Tego właśnie moim zdaniem uczy nas historia Hioba. A kim był on sam? Był to człowiek, którego los zaczął być zależny od zakładu Boga i szatana. Szatan zarzucił Bogu, że Hiob kocha Go i czci dlatego, że opływa w dostatek. Kiedy stanie się człowiekiem ubogim, z pewnością przeklnie swego Stwórcę. Tak się jednak nie stało. Hiob pozostał wierny Bogu. Wtedy szatan szepnął: "Odbierz mu zdrowie, to wszystko, co posiada". Bóg zesłał na Hioba straszliwą w jego czasach chorobę - trąd. Chorych wówczas izolowano, żyli w nędzy i bardzo cierpieli - ich ciało ulegało rozkładowi za życia. Ale Hiob nawet wtedy nie wyrzekł się swojej wiary. Głęboko wierzył, że wszystko, co się dzieje ma sens. I nie mylił się - sensem jego cierpienia było dowiedzenie potęgi człowieka, który kocha Boga i jest przez Niego kochany.
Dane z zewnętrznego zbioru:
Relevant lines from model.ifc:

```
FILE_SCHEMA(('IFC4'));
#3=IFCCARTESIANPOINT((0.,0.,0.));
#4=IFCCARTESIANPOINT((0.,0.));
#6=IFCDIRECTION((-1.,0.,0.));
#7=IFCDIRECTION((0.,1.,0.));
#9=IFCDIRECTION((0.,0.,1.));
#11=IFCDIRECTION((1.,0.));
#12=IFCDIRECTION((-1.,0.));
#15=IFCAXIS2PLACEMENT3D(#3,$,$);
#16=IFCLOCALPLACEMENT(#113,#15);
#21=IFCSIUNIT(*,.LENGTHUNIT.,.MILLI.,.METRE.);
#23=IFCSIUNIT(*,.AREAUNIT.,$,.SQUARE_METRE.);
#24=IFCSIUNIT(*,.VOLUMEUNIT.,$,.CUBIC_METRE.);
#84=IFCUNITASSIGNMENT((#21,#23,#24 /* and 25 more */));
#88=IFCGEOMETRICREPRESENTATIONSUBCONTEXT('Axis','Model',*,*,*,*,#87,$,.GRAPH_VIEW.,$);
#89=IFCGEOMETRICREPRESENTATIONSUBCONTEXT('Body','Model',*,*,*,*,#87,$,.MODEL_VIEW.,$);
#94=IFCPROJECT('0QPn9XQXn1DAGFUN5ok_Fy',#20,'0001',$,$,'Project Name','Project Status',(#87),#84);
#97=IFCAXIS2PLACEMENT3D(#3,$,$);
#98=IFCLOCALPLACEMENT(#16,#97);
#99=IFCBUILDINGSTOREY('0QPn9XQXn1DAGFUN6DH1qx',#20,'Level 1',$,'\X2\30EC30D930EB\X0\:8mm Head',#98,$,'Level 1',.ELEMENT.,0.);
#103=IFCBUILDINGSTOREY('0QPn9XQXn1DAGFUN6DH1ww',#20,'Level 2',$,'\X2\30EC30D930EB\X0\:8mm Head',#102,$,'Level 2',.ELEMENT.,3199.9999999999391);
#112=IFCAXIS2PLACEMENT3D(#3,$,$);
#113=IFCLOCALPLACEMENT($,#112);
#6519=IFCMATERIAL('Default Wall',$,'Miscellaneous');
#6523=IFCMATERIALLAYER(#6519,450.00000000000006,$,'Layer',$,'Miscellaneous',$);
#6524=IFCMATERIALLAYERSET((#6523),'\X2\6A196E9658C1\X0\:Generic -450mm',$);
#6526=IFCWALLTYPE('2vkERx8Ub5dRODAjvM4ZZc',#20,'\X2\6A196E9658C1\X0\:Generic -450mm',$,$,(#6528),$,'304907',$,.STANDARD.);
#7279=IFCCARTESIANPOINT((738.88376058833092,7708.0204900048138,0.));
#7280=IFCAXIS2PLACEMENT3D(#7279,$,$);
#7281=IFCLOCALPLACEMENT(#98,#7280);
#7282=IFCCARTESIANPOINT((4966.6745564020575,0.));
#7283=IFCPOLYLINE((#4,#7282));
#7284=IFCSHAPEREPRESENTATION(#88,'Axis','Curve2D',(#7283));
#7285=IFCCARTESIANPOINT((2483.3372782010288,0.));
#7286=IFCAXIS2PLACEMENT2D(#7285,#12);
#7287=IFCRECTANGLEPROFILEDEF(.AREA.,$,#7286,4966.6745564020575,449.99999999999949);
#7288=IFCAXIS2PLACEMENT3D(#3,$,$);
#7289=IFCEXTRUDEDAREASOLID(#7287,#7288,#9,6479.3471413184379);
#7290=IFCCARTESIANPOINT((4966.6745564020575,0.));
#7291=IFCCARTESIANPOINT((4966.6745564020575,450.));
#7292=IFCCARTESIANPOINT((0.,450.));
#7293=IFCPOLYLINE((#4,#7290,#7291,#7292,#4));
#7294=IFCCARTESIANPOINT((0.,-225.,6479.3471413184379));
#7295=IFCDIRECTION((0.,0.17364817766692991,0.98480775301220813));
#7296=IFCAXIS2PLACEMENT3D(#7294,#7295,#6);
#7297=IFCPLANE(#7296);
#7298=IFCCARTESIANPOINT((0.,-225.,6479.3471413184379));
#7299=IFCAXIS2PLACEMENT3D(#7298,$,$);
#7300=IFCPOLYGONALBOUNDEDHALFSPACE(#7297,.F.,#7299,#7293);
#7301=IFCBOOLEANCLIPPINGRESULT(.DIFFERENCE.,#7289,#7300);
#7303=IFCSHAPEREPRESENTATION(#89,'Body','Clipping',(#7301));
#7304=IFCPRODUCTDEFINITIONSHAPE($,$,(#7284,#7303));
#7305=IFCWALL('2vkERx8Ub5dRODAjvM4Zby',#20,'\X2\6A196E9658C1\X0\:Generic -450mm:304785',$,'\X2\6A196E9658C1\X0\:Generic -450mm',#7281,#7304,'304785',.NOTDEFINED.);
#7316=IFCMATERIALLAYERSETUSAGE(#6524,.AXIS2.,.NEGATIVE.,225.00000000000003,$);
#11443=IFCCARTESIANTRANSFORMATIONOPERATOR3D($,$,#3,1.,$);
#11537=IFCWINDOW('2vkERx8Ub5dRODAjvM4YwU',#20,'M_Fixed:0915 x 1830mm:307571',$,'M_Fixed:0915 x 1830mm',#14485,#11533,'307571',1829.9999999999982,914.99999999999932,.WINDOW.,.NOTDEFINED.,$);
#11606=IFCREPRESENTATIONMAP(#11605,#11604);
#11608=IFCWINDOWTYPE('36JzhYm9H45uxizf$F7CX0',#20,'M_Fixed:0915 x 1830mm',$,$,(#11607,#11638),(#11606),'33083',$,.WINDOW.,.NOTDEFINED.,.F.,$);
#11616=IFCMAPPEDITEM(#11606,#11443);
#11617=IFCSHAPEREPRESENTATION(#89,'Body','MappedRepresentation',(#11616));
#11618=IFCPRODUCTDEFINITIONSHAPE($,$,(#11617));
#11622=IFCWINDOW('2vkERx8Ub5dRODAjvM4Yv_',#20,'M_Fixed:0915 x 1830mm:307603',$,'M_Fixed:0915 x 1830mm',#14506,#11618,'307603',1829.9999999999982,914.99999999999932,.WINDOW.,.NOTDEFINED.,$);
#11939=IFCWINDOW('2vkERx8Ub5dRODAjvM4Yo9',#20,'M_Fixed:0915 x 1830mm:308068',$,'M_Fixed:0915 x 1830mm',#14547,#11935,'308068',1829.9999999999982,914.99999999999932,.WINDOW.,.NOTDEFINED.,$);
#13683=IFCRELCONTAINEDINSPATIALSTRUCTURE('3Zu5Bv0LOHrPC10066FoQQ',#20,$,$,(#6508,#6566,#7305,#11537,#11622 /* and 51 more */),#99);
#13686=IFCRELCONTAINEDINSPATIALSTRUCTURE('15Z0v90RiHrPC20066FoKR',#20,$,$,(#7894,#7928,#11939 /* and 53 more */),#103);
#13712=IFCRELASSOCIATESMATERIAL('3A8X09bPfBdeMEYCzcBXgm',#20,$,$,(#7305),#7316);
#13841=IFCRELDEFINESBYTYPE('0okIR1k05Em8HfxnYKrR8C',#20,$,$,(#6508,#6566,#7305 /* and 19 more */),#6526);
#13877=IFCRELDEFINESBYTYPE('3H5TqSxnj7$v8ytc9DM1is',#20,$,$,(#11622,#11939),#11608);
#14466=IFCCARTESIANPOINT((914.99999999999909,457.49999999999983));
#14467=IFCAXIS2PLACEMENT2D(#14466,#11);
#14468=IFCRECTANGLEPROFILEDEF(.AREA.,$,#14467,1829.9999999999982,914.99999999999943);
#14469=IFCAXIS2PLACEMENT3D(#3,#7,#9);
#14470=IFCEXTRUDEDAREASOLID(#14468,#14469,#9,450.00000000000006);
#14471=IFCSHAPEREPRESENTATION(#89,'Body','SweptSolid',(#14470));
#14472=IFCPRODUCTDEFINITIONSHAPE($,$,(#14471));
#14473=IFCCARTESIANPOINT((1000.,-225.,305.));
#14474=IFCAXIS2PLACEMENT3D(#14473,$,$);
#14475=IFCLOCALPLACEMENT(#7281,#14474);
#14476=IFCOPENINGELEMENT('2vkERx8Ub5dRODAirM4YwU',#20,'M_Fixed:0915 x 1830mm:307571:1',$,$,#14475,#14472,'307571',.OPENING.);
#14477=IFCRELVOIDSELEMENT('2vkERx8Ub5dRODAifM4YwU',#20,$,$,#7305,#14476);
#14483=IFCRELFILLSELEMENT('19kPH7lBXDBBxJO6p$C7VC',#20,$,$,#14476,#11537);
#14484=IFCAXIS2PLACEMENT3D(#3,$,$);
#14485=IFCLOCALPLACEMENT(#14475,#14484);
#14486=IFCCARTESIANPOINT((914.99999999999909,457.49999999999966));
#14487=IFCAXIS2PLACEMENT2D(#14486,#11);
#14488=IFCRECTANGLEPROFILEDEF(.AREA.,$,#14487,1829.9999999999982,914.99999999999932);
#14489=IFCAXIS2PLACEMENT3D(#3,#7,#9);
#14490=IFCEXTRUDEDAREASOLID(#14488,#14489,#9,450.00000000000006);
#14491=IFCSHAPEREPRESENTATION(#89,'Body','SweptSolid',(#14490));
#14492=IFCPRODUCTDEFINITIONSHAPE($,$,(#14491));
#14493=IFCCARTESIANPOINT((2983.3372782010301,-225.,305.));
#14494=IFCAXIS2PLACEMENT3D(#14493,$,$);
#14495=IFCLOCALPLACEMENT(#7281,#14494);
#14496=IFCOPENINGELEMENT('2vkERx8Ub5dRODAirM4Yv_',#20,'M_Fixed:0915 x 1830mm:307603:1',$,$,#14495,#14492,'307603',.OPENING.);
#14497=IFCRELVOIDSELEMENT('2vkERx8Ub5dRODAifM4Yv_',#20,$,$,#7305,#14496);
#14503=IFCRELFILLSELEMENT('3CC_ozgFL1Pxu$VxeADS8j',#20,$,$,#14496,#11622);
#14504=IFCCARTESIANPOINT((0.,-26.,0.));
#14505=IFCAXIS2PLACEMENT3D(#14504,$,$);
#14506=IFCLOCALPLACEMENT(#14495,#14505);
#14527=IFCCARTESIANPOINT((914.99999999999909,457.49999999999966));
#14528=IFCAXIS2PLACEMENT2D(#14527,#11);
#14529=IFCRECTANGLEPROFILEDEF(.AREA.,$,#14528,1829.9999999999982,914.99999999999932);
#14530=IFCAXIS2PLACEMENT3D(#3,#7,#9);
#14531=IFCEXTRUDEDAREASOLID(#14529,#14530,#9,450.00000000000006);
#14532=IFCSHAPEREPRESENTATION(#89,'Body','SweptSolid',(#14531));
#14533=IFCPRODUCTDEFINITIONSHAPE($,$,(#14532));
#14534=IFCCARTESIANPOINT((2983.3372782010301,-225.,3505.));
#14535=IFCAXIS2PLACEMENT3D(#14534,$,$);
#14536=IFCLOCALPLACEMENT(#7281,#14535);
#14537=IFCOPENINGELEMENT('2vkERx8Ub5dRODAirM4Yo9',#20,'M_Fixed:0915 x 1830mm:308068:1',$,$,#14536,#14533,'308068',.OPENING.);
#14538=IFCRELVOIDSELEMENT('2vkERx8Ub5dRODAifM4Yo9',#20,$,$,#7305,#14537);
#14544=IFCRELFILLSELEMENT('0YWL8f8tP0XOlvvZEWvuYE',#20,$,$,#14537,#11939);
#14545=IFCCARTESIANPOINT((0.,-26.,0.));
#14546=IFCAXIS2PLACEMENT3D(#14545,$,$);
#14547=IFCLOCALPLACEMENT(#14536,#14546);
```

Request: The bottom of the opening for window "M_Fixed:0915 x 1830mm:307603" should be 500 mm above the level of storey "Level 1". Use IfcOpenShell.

```python
import numpy as np
import ifcopenshell
import ifcopenshell.api.geometry
import ifcopenshell.geom
import ifcopenshell.util.element
import ifcopenshell.util.placement
import ifcopenshell.util.shape
import ifcopenshell.util.unit

model = ifcopenshell.open("model.ifc")
unit_scale = ifcopenshell.util.unit.calculate_unit_scale(model)

window = model.by_guid("2vkERx8Ub5dRODAjvM4Yv_")
opening = window.FillsVoids[0].RelatingOpeningElement
storey = ifcopenshell.util.element.get_container(window, ifc_class="IfcBuildingStorey")
level = ifcopenshell.util.placement.get_local_placement(storey.ObjectPlacement)[2, 3]

# The opening's origin need not be at the sill, so measure its lowest point.
shape = ifcopenshell.geom.create_shape(ifcopenshell.geom.settings(), opening)
bottom = ifcopenshell.util.shape.get_shape_bottom_elevation(shape, shape.geometry) / unit_scale
dz = level + 0.5 / unit_scale - bottom

shift = np.array([0.0, 0.0, dz])
# The window is placed relative to its opening, so it follows when the opening moves.
matrix = ifcopenshell.util.placement.get_local_placement(opening.ObjectPlacement)
matrix[:3, 3] += shift
ifcopenshell.api.geometry.edit_object_placement(
    model, product=opening, matrix=matrix, is_si=False, should_transform_children=True
)

print(f"moved by {dz * unit_scale:+.3f} m")

model.write("model_edited.ifc")
```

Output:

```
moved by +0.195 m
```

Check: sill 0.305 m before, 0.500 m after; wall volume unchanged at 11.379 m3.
Czego jeszcze uczy historia Hioba współczesnego człowieka? Myślę, że wrażliwości na cierpienie. My chcemy się bawić, żyć beztrosko, być wiecznie młodymi i pięknymi. Ale tak się na dłuższą metę nie da. Co więcej, żyjemy obok ludzi, którzy cierpią dziś, teraz, i potrzebują naszej pomocy. Trzeba umieć to zobaczyć, trzeba wypracować w sobie wrażliwość na cudze cierpienie oraz gotowość pomocy. Dzięki temu stajemy się ludźmi w pełnym wymiarze tego słowa.